Just wondering. I have an adapter that transforms 2 outlets into six. Is it safe to plug a surge protector into it? Because im out of outlets...


----------



## Wino (Dec 1, 2001)

It's not recommended, but I do it and have for years. Presuming you're in the USA with electrical circuit breakers in your home - As long as you do not over draw amps on any circuit (usually 15 or 20 amp breaker) you should be okay. If this is just computer related equipment, it's doubtful you will overload the circuit or wall plug. My computer room has three wall double plugs (one has a 6-plug adapter), all on the same wiring circuit as my guest bathroom on a GFI - an occassional hairdryer or lightening transient will pop the GFI - my computers (2) are on UPS (4 total UPS) as well as are my fax, phone, cable modem, WiFi and Vonage routers, printer, scanners, lamps, calculator, speakers, external hard drives, etc.

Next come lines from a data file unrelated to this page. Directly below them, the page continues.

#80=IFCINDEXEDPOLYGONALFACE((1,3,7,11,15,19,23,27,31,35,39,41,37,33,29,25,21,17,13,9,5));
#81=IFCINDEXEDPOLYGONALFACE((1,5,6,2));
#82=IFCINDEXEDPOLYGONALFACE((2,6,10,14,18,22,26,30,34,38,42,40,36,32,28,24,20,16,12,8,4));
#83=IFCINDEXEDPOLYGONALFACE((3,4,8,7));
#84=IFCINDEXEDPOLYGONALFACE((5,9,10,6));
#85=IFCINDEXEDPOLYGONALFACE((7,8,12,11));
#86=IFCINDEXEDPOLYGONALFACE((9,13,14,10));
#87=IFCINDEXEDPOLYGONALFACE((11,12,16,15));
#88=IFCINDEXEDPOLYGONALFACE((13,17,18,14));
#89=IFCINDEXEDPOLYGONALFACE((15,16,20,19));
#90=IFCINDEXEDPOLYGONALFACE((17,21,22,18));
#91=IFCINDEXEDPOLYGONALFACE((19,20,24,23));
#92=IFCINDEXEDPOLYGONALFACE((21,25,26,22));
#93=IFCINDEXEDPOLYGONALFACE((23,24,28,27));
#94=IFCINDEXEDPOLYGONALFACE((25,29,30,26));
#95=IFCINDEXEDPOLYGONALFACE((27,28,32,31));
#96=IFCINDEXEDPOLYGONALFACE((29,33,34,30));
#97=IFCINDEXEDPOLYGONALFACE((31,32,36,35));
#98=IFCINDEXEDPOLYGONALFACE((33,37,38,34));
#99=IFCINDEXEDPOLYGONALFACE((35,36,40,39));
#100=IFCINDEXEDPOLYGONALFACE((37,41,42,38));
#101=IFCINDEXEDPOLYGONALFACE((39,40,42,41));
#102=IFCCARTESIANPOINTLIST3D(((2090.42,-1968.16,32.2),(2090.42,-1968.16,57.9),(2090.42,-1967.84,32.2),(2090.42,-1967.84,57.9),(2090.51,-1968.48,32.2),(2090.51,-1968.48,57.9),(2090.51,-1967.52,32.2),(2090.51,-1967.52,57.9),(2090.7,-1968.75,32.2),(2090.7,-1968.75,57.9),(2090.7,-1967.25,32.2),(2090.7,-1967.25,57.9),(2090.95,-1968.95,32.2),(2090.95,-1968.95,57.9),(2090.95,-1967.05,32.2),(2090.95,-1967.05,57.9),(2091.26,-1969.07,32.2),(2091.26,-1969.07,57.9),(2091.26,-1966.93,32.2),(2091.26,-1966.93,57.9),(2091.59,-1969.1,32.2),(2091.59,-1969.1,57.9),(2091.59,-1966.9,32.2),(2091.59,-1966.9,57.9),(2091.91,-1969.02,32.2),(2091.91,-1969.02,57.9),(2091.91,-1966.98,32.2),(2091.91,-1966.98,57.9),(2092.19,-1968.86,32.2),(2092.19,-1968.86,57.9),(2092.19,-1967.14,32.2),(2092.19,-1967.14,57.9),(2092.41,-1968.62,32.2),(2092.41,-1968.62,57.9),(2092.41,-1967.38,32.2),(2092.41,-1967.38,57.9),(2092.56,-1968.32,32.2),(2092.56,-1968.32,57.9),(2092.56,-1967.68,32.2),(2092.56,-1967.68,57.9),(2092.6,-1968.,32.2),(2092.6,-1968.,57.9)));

I also have the same situation in my home office which has about the same number of components plugged at any given time with 6-plug adapter, three surge plug strips, UPS, (2) computers, (1) laptop, (4) printers, phone, calc, etc. etc. etc.

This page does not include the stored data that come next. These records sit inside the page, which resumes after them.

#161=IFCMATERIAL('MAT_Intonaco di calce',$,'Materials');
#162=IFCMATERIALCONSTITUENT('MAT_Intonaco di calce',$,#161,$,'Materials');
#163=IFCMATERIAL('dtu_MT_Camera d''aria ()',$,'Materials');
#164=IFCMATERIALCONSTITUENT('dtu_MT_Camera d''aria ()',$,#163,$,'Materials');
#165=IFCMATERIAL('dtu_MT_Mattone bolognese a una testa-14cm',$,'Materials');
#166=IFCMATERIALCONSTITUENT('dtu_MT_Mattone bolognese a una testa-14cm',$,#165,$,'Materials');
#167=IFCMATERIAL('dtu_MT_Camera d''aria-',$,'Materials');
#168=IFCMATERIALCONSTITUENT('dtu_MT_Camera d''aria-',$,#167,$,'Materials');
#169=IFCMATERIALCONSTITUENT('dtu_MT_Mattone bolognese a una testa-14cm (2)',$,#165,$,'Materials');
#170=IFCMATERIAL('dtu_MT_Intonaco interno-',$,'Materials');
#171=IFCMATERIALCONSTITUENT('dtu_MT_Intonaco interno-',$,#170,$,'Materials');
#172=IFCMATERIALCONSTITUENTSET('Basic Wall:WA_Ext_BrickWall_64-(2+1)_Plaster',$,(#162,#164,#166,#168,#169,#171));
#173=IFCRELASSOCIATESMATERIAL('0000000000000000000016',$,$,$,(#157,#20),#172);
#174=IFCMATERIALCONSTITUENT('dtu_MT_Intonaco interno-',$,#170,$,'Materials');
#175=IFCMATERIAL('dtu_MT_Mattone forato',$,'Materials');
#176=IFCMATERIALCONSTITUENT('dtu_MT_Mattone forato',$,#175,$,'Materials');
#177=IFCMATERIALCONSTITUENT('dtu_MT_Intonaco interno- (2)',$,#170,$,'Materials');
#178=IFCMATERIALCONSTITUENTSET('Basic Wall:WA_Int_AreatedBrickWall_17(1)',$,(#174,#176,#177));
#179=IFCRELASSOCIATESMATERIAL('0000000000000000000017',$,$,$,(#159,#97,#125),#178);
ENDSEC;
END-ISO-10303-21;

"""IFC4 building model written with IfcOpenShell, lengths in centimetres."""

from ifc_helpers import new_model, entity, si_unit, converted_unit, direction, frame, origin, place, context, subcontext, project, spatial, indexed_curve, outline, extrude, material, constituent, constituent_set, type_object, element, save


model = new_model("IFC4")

Of course, not all these items are always in use - most, but not all, on a continuos basis. If you have any equipment that draws a large amp load, you can always physically feel the plug to see if it is "hot" or "warm" to the touch - if it is, I wouldn't recommend continued use.


----------



## computersarecool (Nov 23, 2010)

Well... here is what i need to hook up:

Nintendo Wii
Wii remote charger
Sony CRT tv
CD player
DVD player
Modulator (the rca cables that came with the dvd player are to short.)
Alarm clock
VCR


----------



## Wino (Dec 1, 2001)

OK - sounds similar to my entertainment center with double wall plug with 6-plug adapter on a 15 amp breaker shared with ceiling fan in garage; laundry, kitchen & patio lights. Wall plug supports

1 - UPS
2 - 32" LCD TV's
1 - Win 7 MSE (use one of the 32" TV's for monitor)
1 - CD Player
1 - DVD/VCR recorder
1 - VCR rewind
1 - Turn table
1 - Cassette player/recorder
1 - 300W Stero Amp
1 - multi plug power strip
2 - cell phone & BlueTooth earbud charger
1 - powered sub-woofer
1 - lamp
1 - powered HD TV antenna
1 - remote phone station
1 - another wall 2-plug w/ 6-plug adapter w/ lamp and on/off timer and at times a WiFi signal booster router, VCR player when recording to DVD recorder, spot light

Again, granted not all on at one time, but sometimes close to half.

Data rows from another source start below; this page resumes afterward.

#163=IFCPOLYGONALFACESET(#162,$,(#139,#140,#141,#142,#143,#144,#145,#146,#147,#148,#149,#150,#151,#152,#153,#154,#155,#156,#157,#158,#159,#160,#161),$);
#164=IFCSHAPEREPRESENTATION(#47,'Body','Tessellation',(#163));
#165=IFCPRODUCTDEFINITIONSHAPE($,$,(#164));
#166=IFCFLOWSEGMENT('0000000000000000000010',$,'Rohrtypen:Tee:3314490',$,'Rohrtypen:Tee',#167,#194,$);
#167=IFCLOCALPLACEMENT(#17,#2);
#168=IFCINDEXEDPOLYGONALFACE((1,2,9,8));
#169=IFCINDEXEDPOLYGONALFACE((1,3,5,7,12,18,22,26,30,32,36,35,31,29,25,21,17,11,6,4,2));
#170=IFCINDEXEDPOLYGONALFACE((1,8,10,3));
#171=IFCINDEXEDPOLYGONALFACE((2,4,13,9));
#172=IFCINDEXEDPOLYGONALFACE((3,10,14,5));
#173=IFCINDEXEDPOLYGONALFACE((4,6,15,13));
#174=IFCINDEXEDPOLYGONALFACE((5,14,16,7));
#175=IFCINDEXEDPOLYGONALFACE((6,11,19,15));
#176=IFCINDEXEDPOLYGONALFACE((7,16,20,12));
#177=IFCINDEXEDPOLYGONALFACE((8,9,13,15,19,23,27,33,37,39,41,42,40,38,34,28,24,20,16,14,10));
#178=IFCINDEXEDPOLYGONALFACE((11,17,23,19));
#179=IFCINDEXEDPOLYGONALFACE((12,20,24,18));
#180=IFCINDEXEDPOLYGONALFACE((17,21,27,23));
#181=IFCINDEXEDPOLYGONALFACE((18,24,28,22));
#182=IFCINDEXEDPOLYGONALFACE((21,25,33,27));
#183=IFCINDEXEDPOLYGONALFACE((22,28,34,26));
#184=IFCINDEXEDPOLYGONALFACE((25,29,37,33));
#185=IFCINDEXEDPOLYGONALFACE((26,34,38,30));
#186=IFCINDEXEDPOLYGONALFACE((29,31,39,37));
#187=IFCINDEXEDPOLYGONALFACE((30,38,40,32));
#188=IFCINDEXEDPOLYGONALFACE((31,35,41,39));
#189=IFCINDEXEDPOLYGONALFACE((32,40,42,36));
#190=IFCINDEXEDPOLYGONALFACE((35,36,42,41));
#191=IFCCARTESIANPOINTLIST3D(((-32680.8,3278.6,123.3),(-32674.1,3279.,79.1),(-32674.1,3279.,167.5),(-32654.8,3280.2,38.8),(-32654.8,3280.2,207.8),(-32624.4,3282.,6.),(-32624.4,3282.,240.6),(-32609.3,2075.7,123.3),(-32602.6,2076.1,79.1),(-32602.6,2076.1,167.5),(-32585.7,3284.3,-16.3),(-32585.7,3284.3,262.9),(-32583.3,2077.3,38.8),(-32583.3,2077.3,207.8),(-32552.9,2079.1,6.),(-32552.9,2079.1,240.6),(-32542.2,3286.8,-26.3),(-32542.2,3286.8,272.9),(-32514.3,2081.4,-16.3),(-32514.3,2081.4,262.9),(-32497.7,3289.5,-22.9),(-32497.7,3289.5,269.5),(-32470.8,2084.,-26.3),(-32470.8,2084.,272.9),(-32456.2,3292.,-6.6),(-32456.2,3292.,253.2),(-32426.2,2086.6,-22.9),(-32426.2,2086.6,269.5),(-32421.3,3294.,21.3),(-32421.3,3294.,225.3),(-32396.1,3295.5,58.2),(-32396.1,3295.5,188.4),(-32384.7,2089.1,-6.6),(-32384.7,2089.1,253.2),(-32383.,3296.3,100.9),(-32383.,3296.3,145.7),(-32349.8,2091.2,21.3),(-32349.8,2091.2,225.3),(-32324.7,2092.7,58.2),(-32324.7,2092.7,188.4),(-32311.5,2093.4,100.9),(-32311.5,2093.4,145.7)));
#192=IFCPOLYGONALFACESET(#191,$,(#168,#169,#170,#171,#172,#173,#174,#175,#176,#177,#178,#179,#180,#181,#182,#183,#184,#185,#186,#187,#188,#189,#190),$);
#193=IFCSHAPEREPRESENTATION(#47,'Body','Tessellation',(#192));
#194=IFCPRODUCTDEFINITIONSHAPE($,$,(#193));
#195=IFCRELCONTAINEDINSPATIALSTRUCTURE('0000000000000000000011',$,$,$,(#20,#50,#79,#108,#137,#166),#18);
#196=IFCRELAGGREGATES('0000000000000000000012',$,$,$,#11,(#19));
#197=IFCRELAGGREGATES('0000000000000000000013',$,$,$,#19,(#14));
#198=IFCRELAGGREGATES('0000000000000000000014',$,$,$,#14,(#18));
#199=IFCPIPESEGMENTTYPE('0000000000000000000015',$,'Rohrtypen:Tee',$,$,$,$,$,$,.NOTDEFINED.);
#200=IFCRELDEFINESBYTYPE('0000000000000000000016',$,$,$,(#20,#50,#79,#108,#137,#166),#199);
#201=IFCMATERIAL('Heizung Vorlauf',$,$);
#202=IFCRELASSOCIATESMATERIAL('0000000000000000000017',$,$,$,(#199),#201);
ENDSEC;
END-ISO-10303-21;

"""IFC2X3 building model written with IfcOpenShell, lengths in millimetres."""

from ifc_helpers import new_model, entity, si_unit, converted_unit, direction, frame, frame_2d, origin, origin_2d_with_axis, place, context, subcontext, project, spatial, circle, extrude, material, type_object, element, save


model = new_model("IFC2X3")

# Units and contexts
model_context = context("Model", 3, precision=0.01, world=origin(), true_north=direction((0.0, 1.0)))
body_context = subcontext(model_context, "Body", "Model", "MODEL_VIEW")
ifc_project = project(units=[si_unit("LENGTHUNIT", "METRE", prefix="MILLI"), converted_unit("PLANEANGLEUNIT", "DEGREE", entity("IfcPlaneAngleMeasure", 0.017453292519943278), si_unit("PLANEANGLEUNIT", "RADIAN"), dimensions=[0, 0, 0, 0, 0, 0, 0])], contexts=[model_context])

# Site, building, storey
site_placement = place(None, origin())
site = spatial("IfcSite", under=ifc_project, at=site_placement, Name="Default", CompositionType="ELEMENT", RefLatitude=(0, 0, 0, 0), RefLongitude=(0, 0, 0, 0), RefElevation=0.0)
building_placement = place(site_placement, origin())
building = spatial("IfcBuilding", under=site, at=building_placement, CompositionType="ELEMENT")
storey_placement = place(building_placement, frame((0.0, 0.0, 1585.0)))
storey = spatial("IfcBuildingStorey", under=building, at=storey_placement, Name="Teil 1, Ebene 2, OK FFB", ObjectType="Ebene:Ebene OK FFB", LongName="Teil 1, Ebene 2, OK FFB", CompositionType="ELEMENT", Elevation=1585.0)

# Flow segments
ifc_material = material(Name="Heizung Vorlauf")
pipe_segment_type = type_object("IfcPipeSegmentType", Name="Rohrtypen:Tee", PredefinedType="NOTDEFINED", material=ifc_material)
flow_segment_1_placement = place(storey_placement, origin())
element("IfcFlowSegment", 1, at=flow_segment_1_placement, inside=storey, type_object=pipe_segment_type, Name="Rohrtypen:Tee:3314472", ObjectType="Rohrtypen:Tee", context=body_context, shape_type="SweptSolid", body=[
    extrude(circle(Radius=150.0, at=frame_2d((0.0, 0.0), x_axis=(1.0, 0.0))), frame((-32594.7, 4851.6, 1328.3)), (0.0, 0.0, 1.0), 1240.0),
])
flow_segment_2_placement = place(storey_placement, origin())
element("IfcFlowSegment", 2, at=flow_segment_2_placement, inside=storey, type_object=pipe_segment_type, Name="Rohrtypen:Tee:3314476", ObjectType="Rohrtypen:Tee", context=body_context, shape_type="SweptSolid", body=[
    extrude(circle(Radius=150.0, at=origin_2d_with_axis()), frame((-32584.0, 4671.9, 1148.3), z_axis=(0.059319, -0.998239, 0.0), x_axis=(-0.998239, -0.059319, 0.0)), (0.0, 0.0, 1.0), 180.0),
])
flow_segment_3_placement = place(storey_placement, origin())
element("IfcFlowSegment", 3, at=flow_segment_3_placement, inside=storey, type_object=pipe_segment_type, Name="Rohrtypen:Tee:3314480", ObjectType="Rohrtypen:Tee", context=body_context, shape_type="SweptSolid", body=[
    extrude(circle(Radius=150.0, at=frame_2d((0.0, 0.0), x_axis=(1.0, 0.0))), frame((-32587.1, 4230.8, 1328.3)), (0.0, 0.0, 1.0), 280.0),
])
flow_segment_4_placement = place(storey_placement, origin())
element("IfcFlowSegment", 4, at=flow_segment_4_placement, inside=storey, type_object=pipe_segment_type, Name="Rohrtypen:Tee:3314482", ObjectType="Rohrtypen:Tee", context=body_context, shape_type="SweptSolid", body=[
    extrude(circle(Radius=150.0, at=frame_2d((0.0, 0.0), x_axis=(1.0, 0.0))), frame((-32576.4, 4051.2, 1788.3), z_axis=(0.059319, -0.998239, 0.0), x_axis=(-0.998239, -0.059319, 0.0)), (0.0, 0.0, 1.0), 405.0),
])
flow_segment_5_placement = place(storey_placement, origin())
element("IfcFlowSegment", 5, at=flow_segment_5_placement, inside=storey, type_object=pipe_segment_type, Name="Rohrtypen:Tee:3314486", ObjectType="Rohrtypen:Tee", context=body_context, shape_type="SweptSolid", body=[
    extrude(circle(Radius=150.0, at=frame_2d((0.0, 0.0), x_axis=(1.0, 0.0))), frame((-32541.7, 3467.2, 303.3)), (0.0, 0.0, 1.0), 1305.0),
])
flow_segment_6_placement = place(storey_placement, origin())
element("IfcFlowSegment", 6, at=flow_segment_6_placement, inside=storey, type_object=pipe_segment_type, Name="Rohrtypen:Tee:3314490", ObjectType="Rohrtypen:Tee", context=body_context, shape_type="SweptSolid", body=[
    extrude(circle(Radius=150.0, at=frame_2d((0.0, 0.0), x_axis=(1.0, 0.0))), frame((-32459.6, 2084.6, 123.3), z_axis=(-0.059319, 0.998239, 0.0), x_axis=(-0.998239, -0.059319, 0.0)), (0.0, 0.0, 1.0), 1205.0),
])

Would appear your biggest power draw will be the CRT TV. I previously had an RCA CRT 31" in the same set up until replaced with LCD TV several years back.


----------



## computersarecool (Nov 23, 2010)

Im still a little worried. I checked, and the surge protector and the adapter were made in china -_-


----------



## Wino (Dec 1, 2001)

I'm fairly confident that everything listed in my list was made somewhere in Asia and much of it from China. They are required to meet our electrical standards to be sold in USA.


----------



## computersarecool (Nov 23, 2010)

I found an extension cord that has 3 outlets. I hooked that up and now im all set. Thank you


----------



## w_tom (Nov 29, 2008)

computersarecool said:


> ... and the surge protector and the adapter were made in china


Be more concern for any power strip protector. View its joules. Hundreds? Destructive surges are hundreds of thousands of joules. Those power strip protectors must be protected by a properly earthed 'whole house' protector. In some rare cases, a grossly undersized protector (from any country) has created house fires.

Best, if no 'whole house' protector, is to replace that strip protector with something significantly safer such as a $4 power strip from Wal-Mart. What is critically important on any power strip? Its 15 amp circuit breaker and a UL listing. Many such devices (ie an extension cord) may not have that circuit breaker, might not be UL approved, and can still be sold here. Worry more and maybe replace a more common source of fires.


----------



## computersarecool (Nov 23, 2010)

Well, I admit. I just use the surge protectors for the extra outlets.


----------